Thanks so much for posting this topic. I've been wondering if some research would soon document 15 or 20 year projected survival, and this has done it. I'm responding to your first post, quoted in part below. With a few comments in green.


Quote:
Originally Posted by Baptista View Post
Some of us are getting older as years pass while on cancer (I am on my eleventh). ... In my initial times those tables were all based on survival periods of 5 or 10 years, but recently there have been some efforts to extend the statistics periods so that patients with more than ten years on treatment can rely on future projections. They call it “Long-term risk of prostate cancer-specific mortality”.

Here are some sites that better include this class of PCa survivors;
http://www.ncbi.nlm.nih.gov/pubmed/21239008

For those interested in reading a more descriptive report of the above just type this sentence in a net search-engine;
“15-year outcomes after radical prostatectomy: a new predictive model”

Still another more recent (Jan 2011) informative post, type this sentence;
“Projection of 15-year prostate cancer-specific survival after radical prostatectomy”

Wishing the best to all Pca members.
Baptista
What an all-star lineup of authors for that paper, reflecting a broad swath of top surgical expertise!

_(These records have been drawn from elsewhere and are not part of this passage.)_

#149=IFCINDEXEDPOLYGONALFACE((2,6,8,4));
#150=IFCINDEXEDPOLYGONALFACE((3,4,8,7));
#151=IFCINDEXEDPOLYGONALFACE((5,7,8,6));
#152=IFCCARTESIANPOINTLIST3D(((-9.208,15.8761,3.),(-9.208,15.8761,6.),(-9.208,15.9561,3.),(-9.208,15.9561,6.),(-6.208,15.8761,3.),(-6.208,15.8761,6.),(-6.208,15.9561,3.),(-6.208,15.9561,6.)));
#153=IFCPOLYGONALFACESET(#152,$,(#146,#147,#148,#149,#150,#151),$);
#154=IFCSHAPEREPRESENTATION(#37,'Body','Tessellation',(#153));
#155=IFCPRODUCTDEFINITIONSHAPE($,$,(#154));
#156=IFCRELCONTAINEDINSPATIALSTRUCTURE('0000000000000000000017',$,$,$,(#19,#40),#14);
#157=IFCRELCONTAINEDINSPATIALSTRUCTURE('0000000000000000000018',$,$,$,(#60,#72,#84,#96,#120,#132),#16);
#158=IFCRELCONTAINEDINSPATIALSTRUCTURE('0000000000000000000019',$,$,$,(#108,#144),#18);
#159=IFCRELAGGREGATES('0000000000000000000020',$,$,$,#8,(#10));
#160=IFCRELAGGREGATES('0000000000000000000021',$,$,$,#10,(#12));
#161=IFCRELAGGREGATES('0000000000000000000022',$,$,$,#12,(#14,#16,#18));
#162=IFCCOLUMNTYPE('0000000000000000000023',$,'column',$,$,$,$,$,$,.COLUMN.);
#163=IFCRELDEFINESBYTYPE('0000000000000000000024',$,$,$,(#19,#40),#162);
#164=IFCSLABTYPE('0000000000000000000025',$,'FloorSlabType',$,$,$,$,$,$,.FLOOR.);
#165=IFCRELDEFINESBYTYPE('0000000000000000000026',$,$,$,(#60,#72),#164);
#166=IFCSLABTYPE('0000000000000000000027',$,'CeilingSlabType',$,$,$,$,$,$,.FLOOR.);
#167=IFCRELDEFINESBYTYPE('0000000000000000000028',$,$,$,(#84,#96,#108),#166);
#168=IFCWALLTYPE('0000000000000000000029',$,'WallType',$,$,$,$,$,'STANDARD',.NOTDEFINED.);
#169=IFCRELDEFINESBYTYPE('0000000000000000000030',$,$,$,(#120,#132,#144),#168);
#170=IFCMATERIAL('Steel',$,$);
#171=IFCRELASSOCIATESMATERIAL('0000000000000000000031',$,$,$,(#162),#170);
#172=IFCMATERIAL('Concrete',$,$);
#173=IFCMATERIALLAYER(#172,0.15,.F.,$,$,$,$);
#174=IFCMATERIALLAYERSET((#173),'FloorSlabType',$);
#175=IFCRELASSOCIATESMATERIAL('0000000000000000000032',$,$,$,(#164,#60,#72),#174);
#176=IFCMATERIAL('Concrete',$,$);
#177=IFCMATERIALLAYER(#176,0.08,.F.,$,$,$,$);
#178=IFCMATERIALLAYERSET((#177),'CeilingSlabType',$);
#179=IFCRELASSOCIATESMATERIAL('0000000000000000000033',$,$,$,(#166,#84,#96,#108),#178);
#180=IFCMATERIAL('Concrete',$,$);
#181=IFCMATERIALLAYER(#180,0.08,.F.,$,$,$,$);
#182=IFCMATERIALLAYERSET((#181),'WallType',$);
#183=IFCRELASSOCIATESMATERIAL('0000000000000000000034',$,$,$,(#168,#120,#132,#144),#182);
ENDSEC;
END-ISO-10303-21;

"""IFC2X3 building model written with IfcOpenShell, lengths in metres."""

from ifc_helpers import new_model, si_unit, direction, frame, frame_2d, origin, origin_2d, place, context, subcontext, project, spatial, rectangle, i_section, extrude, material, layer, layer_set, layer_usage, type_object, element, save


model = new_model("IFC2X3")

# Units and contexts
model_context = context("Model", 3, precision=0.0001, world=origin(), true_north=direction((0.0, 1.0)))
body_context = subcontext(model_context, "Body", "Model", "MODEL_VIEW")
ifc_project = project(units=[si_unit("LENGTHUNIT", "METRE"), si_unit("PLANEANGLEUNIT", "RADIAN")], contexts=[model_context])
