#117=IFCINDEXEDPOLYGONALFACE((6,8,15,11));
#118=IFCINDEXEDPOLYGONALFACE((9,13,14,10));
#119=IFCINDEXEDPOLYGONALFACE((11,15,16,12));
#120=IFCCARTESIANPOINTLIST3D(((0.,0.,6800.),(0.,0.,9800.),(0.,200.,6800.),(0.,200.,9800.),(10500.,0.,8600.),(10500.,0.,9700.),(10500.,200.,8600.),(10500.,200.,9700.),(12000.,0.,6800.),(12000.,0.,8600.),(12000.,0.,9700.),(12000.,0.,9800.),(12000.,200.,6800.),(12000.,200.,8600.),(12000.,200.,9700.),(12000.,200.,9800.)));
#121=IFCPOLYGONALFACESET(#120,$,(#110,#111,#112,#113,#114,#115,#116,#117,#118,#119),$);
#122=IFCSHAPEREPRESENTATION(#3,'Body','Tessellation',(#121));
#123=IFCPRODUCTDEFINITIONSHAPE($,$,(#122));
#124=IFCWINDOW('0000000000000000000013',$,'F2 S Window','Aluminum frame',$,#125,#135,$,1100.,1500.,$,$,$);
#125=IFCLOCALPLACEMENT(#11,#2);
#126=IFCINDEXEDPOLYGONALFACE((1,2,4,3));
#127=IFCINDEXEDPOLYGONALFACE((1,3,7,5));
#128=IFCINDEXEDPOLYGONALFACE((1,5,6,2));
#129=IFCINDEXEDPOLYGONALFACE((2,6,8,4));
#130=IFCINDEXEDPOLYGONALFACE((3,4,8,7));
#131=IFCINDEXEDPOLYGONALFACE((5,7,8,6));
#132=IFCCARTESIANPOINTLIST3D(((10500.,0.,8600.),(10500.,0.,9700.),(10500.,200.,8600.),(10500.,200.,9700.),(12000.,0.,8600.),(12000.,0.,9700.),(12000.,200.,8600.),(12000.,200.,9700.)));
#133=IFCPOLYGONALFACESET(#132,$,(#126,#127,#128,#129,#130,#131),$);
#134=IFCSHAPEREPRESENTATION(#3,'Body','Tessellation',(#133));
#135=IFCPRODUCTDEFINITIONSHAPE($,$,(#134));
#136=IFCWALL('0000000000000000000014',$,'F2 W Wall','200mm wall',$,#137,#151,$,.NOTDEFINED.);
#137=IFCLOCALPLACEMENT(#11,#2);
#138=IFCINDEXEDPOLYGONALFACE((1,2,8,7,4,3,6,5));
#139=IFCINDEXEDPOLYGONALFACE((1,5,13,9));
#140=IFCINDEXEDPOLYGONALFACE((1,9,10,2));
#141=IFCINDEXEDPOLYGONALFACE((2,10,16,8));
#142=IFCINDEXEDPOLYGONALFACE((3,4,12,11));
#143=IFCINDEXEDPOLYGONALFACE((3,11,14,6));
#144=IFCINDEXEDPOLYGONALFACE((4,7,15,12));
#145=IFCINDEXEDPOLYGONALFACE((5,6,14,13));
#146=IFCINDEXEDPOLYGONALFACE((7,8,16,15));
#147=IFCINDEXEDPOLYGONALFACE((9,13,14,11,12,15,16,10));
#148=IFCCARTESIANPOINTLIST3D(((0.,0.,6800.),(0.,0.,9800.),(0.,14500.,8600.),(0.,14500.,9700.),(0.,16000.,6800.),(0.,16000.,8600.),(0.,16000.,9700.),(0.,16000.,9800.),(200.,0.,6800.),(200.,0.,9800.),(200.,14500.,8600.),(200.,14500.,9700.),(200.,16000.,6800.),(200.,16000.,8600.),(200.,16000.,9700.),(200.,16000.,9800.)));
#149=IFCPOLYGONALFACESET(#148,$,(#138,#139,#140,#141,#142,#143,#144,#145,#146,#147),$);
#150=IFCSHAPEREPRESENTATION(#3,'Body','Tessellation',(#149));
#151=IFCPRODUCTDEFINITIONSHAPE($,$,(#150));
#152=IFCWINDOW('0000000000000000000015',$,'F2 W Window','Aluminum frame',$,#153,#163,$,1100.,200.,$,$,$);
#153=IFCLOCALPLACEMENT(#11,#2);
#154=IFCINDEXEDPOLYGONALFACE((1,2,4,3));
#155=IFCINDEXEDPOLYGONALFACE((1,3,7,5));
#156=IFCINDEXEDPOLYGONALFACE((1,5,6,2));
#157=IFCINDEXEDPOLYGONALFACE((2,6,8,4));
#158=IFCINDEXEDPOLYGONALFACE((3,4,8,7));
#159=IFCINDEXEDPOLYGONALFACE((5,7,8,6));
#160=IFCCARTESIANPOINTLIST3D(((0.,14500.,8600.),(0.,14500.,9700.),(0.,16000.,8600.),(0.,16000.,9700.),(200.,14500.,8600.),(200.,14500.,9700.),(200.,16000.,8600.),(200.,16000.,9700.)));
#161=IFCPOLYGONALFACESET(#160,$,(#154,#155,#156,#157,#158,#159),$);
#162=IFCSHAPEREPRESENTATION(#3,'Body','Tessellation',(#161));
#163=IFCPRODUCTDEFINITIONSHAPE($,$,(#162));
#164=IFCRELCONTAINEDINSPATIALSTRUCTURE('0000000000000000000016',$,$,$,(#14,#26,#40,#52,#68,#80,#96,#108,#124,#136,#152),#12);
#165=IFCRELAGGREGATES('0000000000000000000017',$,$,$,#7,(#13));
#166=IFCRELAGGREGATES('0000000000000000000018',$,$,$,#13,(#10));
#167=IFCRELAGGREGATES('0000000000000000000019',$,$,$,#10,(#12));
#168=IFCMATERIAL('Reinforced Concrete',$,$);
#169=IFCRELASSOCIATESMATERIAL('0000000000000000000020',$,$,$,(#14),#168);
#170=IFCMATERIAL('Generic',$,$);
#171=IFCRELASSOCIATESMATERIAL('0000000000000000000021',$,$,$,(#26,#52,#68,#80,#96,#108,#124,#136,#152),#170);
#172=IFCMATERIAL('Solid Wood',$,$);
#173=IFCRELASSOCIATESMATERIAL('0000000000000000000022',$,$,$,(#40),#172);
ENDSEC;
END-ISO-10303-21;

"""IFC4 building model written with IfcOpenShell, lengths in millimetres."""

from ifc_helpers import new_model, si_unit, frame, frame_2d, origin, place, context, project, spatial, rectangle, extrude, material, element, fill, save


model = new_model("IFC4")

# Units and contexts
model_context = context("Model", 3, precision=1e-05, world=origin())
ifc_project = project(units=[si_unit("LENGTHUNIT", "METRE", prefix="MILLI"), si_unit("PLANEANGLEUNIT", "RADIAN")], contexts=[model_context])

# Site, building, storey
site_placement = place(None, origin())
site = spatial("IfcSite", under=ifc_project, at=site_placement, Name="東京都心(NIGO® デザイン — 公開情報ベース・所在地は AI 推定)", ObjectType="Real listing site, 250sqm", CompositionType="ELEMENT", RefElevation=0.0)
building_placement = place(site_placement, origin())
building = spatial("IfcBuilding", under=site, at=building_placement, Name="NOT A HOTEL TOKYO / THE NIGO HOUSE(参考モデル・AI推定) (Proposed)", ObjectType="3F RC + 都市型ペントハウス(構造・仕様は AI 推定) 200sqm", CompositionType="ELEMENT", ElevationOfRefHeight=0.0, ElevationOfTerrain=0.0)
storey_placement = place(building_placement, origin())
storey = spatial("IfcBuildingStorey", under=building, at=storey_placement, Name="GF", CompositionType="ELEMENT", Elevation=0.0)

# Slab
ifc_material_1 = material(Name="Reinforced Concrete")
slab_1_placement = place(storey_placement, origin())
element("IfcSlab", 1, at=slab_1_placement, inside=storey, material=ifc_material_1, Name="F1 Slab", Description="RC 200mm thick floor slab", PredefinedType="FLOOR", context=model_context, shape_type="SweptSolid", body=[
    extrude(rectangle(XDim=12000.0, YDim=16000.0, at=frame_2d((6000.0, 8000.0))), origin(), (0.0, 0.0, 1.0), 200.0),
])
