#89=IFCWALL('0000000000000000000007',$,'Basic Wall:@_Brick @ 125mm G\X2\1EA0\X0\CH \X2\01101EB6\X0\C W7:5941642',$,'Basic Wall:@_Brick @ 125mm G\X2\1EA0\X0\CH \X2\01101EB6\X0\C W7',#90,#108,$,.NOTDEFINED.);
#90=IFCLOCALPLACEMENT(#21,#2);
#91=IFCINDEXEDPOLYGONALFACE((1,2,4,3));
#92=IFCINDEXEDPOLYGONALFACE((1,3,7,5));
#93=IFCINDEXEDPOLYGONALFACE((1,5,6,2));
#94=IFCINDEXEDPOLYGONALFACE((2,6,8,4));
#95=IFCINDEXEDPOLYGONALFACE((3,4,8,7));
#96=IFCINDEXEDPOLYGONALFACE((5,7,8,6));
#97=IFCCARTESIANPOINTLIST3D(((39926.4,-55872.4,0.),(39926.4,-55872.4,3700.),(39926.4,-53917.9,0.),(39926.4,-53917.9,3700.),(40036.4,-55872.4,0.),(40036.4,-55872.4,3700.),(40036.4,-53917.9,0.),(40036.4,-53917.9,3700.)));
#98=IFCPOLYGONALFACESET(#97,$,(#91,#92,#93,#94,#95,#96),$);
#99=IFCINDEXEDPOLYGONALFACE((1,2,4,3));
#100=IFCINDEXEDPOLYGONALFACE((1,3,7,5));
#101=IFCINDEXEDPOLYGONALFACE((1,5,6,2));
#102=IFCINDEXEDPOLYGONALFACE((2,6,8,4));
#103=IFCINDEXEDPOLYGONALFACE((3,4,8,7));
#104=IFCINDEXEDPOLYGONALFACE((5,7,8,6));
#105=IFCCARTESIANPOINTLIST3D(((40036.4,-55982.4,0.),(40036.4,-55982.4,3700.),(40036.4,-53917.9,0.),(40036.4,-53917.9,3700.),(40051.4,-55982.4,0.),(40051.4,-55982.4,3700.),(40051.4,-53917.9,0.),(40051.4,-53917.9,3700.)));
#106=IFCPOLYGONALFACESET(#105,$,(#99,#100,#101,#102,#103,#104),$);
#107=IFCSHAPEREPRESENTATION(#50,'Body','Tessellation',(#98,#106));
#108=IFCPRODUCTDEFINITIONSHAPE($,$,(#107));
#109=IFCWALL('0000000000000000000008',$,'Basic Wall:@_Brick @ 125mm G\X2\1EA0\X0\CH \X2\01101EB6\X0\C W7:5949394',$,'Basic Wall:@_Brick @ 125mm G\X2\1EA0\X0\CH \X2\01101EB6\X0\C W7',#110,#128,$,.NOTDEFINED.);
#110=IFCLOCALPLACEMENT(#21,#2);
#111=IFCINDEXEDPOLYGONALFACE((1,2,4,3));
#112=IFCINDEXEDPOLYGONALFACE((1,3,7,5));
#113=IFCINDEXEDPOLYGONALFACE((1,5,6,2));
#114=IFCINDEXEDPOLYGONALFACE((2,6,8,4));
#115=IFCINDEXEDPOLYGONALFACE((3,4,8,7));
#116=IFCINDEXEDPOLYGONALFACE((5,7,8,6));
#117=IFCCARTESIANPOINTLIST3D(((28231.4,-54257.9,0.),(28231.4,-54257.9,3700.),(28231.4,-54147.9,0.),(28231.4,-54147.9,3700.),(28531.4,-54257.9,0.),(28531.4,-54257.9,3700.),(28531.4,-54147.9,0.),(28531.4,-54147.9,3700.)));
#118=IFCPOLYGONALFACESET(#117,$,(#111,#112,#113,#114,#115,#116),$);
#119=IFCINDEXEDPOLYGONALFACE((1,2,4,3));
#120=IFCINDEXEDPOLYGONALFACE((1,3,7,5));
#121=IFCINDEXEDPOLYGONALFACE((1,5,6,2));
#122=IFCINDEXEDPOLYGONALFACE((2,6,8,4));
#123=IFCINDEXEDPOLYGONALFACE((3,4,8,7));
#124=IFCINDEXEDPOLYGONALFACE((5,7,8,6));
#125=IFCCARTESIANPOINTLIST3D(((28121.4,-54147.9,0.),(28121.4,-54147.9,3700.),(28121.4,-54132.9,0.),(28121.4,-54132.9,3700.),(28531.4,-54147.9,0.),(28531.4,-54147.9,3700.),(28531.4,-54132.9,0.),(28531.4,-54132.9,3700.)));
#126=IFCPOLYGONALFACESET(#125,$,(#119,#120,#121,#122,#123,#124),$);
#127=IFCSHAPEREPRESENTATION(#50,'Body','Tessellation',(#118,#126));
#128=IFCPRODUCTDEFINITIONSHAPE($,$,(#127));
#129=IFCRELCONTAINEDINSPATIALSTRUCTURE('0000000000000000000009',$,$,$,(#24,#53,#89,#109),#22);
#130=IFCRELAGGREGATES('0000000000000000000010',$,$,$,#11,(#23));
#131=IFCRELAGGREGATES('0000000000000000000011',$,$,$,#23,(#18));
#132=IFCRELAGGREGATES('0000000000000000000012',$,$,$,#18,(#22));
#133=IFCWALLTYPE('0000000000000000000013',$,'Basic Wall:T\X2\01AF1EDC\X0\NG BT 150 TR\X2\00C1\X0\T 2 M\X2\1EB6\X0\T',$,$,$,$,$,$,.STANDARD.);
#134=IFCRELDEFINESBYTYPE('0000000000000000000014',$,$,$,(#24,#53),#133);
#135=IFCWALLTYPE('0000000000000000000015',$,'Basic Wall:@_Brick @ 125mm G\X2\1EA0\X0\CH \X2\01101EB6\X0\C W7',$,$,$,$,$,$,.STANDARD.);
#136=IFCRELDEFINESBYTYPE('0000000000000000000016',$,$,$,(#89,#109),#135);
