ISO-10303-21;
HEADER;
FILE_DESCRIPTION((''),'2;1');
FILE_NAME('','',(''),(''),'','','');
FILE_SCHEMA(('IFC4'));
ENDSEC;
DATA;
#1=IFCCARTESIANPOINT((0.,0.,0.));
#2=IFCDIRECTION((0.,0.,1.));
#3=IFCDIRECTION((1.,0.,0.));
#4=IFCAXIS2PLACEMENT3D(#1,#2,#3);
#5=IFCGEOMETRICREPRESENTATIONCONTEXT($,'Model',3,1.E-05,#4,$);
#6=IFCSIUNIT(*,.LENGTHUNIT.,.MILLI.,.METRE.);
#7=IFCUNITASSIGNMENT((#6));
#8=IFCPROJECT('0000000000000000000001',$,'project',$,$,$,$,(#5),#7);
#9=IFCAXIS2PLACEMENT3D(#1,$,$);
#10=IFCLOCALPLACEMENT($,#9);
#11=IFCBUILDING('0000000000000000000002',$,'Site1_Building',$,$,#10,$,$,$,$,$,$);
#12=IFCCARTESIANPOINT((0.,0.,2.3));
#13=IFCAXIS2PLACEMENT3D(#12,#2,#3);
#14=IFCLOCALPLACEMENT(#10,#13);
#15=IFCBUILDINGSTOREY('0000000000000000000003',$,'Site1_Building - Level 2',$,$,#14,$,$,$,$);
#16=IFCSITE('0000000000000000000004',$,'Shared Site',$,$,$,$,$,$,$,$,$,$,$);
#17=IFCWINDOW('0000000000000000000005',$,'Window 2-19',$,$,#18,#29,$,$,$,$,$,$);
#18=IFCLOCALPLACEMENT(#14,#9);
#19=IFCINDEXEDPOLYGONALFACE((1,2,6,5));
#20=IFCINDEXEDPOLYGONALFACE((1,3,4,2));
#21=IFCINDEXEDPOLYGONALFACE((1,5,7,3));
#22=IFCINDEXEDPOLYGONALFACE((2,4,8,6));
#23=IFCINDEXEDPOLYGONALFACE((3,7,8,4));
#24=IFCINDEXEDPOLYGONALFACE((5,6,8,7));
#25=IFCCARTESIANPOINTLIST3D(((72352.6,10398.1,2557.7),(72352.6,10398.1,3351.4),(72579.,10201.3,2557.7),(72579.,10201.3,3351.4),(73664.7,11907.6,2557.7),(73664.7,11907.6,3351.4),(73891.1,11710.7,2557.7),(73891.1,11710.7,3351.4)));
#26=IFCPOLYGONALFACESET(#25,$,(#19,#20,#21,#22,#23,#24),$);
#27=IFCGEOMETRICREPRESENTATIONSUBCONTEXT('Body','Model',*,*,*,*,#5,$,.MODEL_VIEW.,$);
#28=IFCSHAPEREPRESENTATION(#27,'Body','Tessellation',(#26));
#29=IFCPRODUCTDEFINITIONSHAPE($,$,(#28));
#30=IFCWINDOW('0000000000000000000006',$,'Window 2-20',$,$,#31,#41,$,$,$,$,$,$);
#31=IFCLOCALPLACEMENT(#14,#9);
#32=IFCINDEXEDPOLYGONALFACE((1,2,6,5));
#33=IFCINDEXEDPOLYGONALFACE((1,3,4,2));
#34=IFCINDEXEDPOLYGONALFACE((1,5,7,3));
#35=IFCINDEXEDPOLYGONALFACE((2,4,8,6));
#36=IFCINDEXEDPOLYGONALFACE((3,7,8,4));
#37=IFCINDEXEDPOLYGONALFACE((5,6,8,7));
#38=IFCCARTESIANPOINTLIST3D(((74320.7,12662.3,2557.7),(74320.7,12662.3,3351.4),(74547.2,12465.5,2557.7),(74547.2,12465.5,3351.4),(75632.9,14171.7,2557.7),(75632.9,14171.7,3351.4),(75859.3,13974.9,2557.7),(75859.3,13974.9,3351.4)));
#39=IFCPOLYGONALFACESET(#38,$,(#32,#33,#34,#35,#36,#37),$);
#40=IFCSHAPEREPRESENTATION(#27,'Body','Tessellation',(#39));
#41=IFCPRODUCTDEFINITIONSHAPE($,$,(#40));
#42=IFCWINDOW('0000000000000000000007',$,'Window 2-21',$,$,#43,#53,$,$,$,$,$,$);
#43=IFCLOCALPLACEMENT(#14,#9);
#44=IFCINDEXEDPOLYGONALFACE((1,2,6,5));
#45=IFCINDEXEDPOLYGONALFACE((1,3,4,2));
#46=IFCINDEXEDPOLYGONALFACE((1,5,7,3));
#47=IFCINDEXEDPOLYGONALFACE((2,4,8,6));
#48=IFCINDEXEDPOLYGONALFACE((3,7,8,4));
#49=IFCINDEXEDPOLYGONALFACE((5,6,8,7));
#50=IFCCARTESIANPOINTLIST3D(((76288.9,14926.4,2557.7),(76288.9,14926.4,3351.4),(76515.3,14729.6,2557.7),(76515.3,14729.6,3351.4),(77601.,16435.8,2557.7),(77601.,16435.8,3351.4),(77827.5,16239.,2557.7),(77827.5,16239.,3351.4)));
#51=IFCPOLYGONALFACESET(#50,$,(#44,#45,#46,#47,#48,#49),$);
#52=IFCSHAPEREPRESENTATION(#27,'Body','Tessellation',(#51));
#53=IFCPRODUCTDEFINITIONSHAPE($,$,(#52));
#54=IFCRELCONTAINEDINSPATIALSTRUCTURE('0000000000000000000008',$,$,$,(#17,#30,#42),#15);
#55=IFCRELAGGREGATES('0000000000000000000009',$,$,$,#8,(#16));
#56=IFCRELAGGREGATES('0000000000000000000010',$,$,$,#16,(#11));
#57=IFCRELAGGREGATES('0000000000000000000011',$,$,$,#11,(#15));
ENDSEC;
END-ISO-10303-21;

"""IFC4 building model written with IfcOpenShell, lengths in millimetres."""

from ifc_helpers import new_model, si_unit, frame, origin, origin_with_axes, place, context, subcontext, project, spatial, indexed_curve, outline, extrude, element, save


model = new_model("IFC4")

# Units and contexts
model_context = context("Model", 3, precision=1e-05, world=origin_with_axes())
body_context = subcontext(model_context, "Body", "Model", "MODEL_VIEW")
ifc_project = project(units=[si_unit("LENGTHUNIT", "METRE", prefix="MILLI")], contexts=[model_context])

# Site, building, storey
site = spatial("IfcSite", under=ifc_project, Name="Shared Site")
building_placement = place(None, origin())
building = spatial("IfcBuilding", under=site, at=building_placement, Name="Site1_Building")
storey_placement = place(building_placement, frame((0.0, 0.0, 2.3), z_axis=(0.0, 0.0, 1.0), x_axis=(1.0, 0.0, 0.0)))
storey = spatial("IfcBuildingStorey", under=building, at=storey_placement, Name="Site1_Building - Level 2")

# Windows
for number, where, z_axis, x_axis, name in (
    (1, (72579.0, 10201.3, 2557.7), (0.0, 0.0, 1.0), (0.656059, 0.75471, 0.0), "Window 2-19"),
    (2, (74547.2, 12465.5, 2557.7), (0.0, 0.0, 1.0), (0.656059, 0.75471, 0.0), "Window 2-20"),
    (3, (76515.3, 14729.6, 2557.7), (0.0, 0.0, 1.0), (0.656059, 0.75471, 0.0), "Window 2-21"),
):
    element("IfcWindow", number, at=place(storey_placement, frame(where, z_axis=z_axis, x_axis=x_axis)), inside=storey, Name=name, context=body_context, shape_type="SweptSolid", body=[
        extrude(outline(indexed_curve([(0.0, 0.0), (0.0, 300.0), (2000.0, 300.0), (2000.0, 0.0), (0.0, 0.0)], self_intersect=False)), origin_with_axes(), (0.0, 0.0, 1.0), 793.6),
    ])

save(model, "model.ifc")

Here are some of the well-known names from the author list: Peter Scardino (MSK), Patrick Walsh (JHU), Alan Partin (JHU - pathology), Michael Kattan (formerly MSK - nomogram expert), Eric Klein (Cleveland Clinic).

In answer to Rhonda's question, the statistics were based on patients treated from 1987 to 2005. That means that many were treated with older methods. Many of these patients were from Johns Hopkins, and, surprisingly, Johns Hopkins was very slow to pick up on the value of aggressive use of hormonal blockade therapy, let alone triple therapy, which probably still is not used by JHU. I do not know whether that is the case for MSK or the Cleveland Clinic, or other sites where patients were treated. I do know that triple hormonal blockade was rarely used until around 2000, and even then few patients were getting it. Leukine was unknown until well into this period, as was the usefulness and safety of transdermal estrogen, in contrast to risky oral estrogen. The importance of bisphosphonate drugs was not widely appreciated until the middle of the past decade, and Zometa was not available until well into this period. There was no Provenge, no Avodart until well into the period, and no Revlimid (thalidomide was available, but not widely used for prostate cancer, I believe, until very late stages). IMRT was unknown in the early days. Use of lifestyle tactics involving food, supplements, exercise and stress reduction was not widely appreciated. These are just a few of the advances available to men today that would have had limited availability earlier.

Therefore, I have a strong belief that results for men taking full advantage of modern approaches to recurrence would be substantially better than even these reassuring statistics.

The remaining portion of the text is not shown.